No need for preliminary preparations.
You do not need to alter your database's structure or contents in order to start using graph queries. Existing collections and documents are used as graph elements, and their relations are inferred from existing document properties.
Simple and effective syntax.
We've integrated graph support into RQL to make its learning and usage accessible and intuitive for any user, especially those already familiar with our query language.
Queries can be constructed either by clients using API methods or manually using the Studio, and are executed by your distributed database. Results can be retrieved by your clients, or shown textually and graphically using the Studio.
Sample queries included in this article use only data that is available in the
Northwind sample database,
so you may easily try them out.
Introduction To Graph Modeling
- In The Beginning..
One of the best known founding moments of graph theory is Leonhard Euler's attempt at solving the Königsberg Bridges riddle, eventually tackling the problem by representing the scenery and its elements in a graph.
Euler's search for an optimal path is a great referral to the practicality of graph theory, leading all the way to its present-day effectiveness in managing complex data volumes.
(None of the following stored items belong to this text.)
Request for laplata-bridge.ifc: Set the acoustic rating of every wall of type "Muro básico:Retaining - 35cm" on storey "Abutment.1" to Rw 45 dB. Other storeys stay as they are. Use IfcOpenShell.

First a look at what the model holds.

```python
import ifcopenshell
import ifcopenshell.util.element

model = ifcopenshell.open("laplata-bridge.ifc")
print(model.schema)
storey = next(s for s in model.by_type("IfcBuildingStorey") if s.Name == "Abutment.1")
walls = [e for e in ifcopenshell.util.element.get_decomposition(storey) if e.is_a("IfcWall")]
seen = {}
for e in walls:
    element_type = ifcopenshell.util.element.get_type(e)
    key = (element_type.Name if element_type != e and element_type else None, ifcopenshell.util.element.get_pset(e, "Pset_WallCommon", "AcousticRating"))
    seen[key] = seen.get(key, 0) + 1
for (name, value), count in sorted(seen.items(), key=str):
    print(count, "x", name, "|", value)
```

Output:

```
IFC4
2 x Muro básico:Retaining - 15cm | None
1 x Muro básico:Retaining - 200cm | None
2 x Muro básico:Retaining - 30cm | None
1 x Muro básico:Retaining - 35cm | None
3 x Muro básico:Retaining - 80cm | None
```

```python
import ifcopenshell
import ifcopenshell.api.pset
import ifcopenshell.util.element

model = ifcopenshell.open("laplata-bridge.ifc")

storey = next(s for s in model.by_type("IfcBuildingStorey") if s.Name == "Abutment.1")
walls = [e for e in ifcopenshell.util.element.get_decomposition(storey) if e.is_a("IfcWall")]

count = 0
for e in walls:
    element_type = ifcopenshell.util.element.get_type(e)
    if element_type in (None, e) or element_type.Name != "Muro básico:Retaining - 35cm":
        continue
    # add_pset returns the element's existing set when there is one.
    pset = ifcopenshell.api.pset.add_pset(model, product=e, name="Pset_WallCommon")
    ifcopenshell.api.pset.edit_pset(model, pset=pset, properties={"AcousticRating": "Rw 45 dB"})
    count += 1

print(count, "walls updated")

model.write("laplata-bridge_updated.ifc")
```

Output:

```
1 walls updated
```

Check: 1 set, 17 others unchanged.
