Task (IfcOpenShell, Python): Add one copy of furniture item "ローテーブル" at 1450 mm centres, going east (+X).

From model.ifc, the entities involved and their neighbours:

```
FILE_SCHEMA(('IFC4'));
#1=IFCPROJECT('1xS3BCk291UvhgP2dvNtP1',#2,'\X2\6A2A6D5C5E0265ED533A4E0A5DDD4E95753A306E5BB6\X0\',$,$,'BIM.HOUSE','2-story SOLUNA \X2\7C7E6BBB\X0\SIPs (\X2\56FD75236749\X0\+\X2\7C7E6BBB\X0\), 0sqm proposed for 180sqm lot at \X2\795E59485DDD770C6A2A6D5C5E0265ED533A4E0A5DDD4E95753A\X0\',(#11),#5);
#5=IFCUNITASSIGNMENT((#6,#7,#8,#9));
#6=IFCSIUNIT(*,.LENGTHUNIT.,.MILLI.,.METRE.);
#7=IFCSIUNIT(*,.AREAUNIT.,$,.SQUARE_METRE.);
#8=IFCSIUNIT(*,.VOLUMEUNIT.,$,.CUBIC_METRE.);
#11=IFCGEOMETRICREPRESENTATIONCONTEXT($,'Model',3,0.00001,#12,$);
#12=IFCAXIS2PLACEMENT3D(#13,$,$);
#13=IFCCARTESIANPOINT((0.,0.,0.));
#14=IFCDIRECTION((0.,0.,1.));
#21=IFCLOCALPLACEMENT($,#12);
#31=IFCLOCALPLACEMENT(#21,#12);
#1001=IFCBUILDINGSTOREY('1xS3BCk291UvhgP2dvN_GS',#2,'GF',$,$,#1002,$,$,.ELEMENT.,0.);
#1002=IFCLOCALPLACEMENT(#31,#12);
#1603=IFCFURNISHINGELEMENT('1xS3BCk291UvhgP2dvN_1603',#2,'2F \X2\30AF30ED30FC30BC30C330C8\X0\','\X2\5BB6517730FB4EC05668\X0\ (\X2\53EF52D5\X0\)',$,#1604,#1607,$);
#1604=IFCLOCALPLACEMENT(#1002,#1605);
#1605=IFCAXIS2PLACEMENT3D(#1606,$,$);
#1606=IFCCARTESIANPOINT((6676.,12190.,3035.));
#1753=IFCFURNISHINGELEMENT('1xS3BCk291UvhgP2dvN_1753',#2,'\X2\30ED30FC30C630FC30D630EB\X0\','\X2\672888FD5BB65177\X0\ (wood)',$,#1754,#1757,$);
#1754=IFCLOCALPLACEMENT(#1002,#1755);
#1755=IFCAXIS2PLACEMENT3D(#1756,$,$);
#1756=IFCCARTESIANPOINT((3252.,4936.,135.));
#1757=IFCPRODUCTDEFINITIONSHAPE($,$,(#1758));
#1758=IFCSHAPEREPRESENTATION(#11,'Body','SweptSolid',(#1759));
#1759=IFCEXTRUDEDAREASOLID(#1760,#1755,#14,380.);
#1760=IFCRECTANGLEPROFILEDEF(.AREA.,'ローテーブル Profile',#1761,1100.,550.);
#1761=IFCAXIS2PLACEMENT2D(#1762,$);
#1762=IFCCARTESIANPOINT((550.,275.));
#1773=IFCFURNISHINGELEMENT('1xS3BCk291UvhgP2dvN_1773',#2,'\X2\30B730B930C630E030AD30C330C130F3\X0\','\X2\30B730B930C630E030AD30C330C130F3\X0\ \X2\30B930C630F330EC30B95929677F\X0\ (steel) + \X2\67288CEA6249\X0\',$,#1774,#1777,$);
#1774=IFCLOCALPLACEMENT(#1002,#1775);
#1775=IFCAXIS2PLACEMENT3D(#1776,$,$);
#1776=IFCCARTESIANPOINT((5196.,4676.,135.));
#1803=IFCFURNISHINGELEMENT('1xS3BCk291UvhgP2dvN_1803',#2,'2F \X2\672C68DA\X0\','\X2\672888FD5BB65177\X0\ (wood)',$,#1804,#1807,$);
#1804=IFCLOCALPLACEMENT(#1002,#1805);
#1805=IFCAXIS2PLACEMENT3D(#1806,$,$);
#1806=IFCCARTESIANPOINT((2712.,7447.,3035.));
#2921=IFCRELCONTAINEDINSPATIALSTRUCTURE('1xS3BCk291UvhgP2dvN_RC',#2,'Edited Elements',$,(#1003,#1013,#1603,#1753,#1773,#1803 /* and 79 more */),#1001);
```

```python
import numpy as np
import ifcopenshell
import ifcopenshell.api.geometry
import ifcopenshell.api.root
import ifcopenshell.util.element
import ifcopenshell.util.placement
import ifcopenshell.util.unit

model = ifcopenshell.open("model.ifc")
unit_scale = ifcopenshell.util.unit.calculate_unit_scale(model)


def reuse_history(source, copy):
    """copy_class also copies each property set's owner history, people and application; keep the originals."""
    for rel in copy.IsDefinedBy:
        if rel.is_a("IfcRelDefinesByProperties") and (history := rel.RelatingPropertyDefinition.OwnerHistory):
            rel.RelatingPropertyDefinition.OwnerHistory = source.OwnerHistory
            ifcopenshell.util.element.remove_deep2(model, history)


source = model.by_guid("1xS3BCk291UvhgP2dvN_1753")
base = ifcopenshell.util.placement.get_local_placement(source.ObjectPlacement)
step = np.array([1.0, 0.0, 0.0]) * 1.45 / unit_scale

for i in range(1, 2):
    copy = ifcopenshell.api.root.copy_class(model, product=source)
    copy.Representation = ifcopenshell.util.element.copy_deep(
        model, source.Representation, exclude=["IfcGeometricRepresentationContext", "IfcRepresentationMap"]
    )
    reuse_history(source, copy)
    matrix = base.copy()
    matrix[:3, 3] += i * step
    print("added at", matrix[:3, 3].round(3) + 0.0)
    ifcopenshell.api.geometry.edit_object_placement(model, product=copy, matrix=matrix, is_si=False)

model.write("model_v2.ifc")
```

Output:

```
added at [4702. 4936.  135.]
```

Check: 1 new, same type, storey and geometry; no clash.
- Graph modeling and complex data volumes
As non-graphical data models are inefficient in (and often incapable of) searching and managing large and complex data sets with intricate relations, various applications take part in complementing or replacing them.
Databases capable of running graph queries are a major contribution in this regard.
- Graph modeling in a multi-model database
People often fulfill their graph modeling needs using dedicated graph databases. While this does offer a solid solution, it also produces additional issues that need to be resolved - like the need to integrate source data and graph results.
Using the graph capabilities of a multimodel database is a native solution that you can use directly without creating additional issues.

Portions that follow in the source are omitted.